While COVID-19 will impact Ontario and the entire world for the foreseeable future, the 2020 Budget begins to build the foundation for a strong economic recovery fueled by growth. Among the major initiatives proposed by the government are a reduction of job-killing electricity prices, reducing taxes on jobs, connecting unserved and underserved communities with a historic investment in broadband infrastructure, and providing workers with skills training — including those impacted by the pandemic, such as tourism and hospitality workers — to help them connect to jobs needing high-demand skills.

The government is also acting immediately to reduce taxes for job creators and level the playing field by lowering high provincial business property tax rates to a rate of 0.88 per cent for over 200,000 properties — or 94 per cent of all business properties in the province. This would create $450 million in annual savings in 2021, representing a 30 per cent reduction for many employers.

Ontario is responding to requests from local governments by proposing to provide municipalities with the ability to cut property tax for small businesses and a provincial commitment to consider matching these reductions. This would provide small businesses as much as $385 million in total municipal and provincial property tax relief by 2022-23, depending on municipal adoption.
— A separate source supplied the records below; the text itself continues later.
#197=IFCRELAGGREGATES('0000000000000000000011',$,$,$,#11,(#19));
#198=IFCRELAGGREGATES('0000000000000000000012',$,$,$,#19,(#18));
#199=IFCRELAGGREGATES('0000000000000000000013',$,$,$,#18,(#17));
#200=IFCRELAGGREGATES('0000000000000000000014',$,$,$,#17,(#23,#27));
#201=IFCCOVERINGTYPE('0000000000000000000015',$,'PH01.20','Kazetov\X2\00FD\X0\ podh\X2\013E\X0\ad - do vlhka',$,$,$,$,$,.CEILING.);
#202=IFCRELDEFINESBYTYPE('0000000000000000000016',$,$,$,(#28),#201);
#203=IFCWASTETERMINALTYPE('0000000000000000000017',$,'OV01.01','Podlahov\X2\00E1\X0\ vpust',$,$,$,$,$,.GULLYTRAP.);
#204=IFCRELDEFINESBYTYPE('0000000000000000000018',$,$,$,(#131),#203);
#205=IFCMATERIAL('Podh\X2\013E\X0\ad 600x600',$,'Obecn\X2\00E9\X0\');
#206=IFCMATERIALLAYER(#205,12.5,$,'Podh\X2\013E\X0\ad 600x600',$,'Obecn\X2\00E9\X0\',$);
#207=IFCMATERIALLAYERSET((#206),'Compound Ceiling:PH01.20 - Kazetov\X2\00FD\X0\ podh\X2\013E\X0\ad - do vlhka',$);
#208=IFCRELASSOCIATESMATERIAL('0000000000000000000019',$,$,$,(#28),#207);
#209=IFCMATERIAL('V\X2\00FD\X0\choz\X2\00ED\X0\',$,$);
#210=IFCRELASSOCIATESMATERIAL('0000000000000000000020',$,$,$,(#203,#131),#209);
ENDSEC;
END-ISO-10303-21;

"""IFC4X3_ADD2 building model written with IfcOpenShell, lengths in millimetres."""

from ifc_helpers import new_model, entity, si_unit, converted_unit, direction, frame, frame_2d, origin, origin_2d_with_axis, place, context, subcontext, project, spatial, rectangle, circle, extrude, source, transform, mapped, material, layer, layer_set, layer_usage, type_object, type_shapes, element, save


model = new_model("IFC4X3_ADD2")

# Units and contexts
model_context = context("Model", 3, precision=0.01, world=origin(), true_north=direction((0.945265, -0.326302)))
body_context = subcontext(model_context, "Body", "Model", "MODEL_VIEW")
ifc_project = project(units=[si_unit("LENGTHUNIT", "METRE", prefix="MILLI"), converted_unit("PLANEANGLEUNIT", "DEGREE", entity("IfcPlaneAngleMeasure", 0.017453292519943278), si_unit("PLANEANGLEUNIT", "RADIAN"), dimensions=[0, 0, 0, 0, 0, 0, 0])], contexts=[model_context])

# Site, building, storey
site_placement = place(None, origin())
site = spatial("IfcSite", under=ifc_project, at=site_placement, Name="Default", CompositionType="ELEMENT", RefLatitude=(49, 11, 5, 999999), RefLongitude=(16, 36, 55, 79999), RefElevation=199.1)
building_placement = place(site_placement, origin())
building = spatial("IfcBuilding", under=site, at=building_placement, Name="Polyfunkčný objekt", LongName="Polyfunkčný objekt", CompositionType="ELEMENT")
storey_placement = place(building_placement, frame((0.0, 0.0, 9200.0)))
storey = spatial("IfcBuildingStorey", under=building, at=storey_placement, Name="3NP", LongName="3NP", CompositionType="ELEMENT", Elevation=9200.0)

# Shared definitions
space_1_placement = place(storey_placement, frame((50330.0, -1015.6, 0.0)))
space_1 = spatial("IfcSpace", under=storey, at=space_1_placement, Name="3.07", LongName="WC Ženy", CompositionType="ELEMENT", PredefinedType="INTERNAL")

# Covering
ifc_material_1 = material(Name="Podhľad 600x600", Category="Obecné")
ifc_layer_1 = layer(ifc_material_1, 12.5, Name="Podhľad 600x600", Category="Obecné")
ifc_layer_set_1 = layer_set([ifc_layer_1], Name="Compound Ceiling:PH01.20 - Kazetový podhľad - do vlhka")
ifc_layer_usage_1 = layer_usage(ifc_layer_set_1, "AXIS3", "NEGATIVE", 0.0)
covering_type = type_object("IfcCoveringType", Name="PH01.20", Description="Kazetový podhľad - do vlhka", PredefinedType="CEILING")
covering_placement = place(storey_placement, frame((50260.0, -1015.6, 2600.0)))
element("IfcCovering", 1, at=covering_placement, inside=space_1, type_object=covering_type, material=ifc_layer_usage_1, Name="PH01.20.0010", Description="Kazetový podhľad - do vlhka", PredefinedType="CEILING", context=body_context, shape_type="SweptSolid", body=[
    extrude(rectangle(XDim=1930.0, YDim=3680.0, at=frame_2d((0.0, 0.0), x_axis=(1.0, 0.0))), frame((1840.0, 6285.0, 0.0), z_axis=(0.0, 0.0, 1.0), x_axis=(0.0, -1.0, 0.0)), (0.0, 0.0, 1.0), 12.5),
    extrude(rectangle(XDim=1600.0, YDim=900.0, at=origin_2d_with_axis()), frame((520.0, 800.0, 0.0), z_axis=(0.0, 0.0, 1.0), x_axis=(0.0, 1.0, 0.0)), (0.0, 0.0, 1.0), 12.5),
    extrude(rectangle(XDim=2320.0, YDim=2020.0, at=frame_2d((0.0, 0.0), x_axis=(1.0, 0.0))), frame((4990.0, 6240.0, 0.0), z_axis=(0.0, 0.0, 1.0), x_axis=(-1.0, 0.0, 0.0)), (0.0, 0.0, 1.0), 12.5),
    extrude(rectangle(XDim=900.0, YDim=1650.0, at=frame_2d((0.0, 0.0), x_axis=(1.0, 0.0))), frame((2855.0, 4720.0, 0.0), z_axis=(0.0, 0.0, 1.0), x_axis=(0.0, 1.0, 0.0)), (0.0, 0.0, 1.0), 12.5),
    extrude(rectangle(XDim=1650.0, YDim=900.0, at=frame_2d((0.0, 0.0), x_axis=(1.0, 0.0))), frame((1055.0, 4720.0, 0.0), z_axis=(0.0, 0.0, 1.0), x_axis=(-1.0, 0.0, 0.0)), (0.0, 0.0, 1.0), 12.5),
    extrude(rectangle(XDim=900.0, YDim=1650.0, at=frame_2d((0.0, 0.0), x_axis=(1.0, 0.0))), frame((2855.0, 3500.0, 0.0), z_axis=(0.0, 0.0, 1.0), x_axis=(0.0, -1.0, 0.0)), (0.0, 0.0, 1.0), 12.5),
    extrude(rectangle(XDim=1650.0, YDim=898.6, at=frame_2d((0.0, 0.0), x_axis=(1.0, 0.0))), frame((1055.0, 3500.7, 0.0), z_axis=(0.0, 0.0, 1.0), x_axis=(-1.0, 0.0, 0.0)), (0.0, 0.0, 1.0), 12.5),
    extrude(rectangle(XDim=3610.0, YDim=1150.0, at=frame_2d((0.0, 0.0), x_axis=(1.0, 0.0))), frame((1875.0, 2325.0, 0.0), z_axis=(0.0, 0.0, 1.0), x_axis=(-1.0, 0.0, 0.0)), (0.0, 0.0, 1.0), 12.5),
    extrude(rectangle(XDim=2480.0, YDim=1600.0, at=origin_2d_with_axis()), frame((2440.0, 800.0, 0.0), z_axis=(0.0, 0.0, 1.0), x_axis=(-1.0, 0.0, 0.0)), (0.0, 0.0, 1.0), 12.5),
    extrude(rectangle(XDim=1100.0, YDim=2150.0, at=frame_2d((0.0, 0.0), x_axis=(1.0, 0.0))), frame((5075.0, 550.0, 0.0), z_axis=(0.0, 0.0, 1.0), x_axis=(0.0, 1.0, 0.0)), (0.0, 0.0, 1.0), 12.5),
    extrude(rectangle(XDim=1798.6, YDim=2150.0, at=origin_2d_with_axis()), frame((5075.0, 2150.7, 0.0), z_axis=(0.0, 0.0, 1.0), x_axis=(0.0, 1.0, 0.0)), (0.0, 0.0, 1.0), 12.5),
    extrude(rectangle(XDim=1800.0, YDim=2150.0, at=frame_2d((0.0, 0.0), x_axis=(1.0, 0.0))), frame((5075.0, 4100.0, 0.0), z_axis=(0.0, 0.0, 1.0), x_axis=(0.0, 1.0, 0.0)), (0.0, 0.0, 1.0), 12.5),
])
The province is also ending a tax on jobs for an additional 30,000 employers by proposing to make permanent the Employer Health Tax (EHT) exemption increase from $490,000 to $1 million. This would save private-sector employers $360 million in 2021-22 that could be reinvested in jobs and growth. About 90 per cent of employers would pay no EHT with this additional relief.

The 2020 Budget outlines a plan to reduce the burden on employers of Ontario's high-cost contracts with non-hydro renewable energy producers, which will be wound down once and for all. Starting on January 1, 2021, a portion of the cost of these contracts, entered under the previous government, will be funded by the Province, not the ratepayers. This electricity cost relief would free up money that could be better spent creating jobs. Medium-size and larger industrial and commercial employers would save about 14 and 16 per cent respectively, on average, on their bills starting in 2021. This means Ontario will go from having some of the least competitive electricity prices to prices that are more competitive than the average in the United States.

“Because of the pandemic, this budget is much more important than budgets in previous years,” Thompson said. “That is why we have taken major steps to ensure that we will protect and support our citizens and we have a solid plan to help our economy recover.”

The government is projecting a deficit of $38.5 billion for 2020-21, which is unchanged from the deficit forecast at the time of the 2020-21 First Quarter Finances and reflects urgent spending necessary for the fight against COVID-19. Over the medium term, the government is forecasting steadily declining deficits of $33.1 billion in 2021-22 and $28.2 billion in 2022-23. Acknowledging the continued uncertainty of the global pandemic, the government plans to table a multi-year plan including a path to balance in the 2021 Budget by March 31, 2021.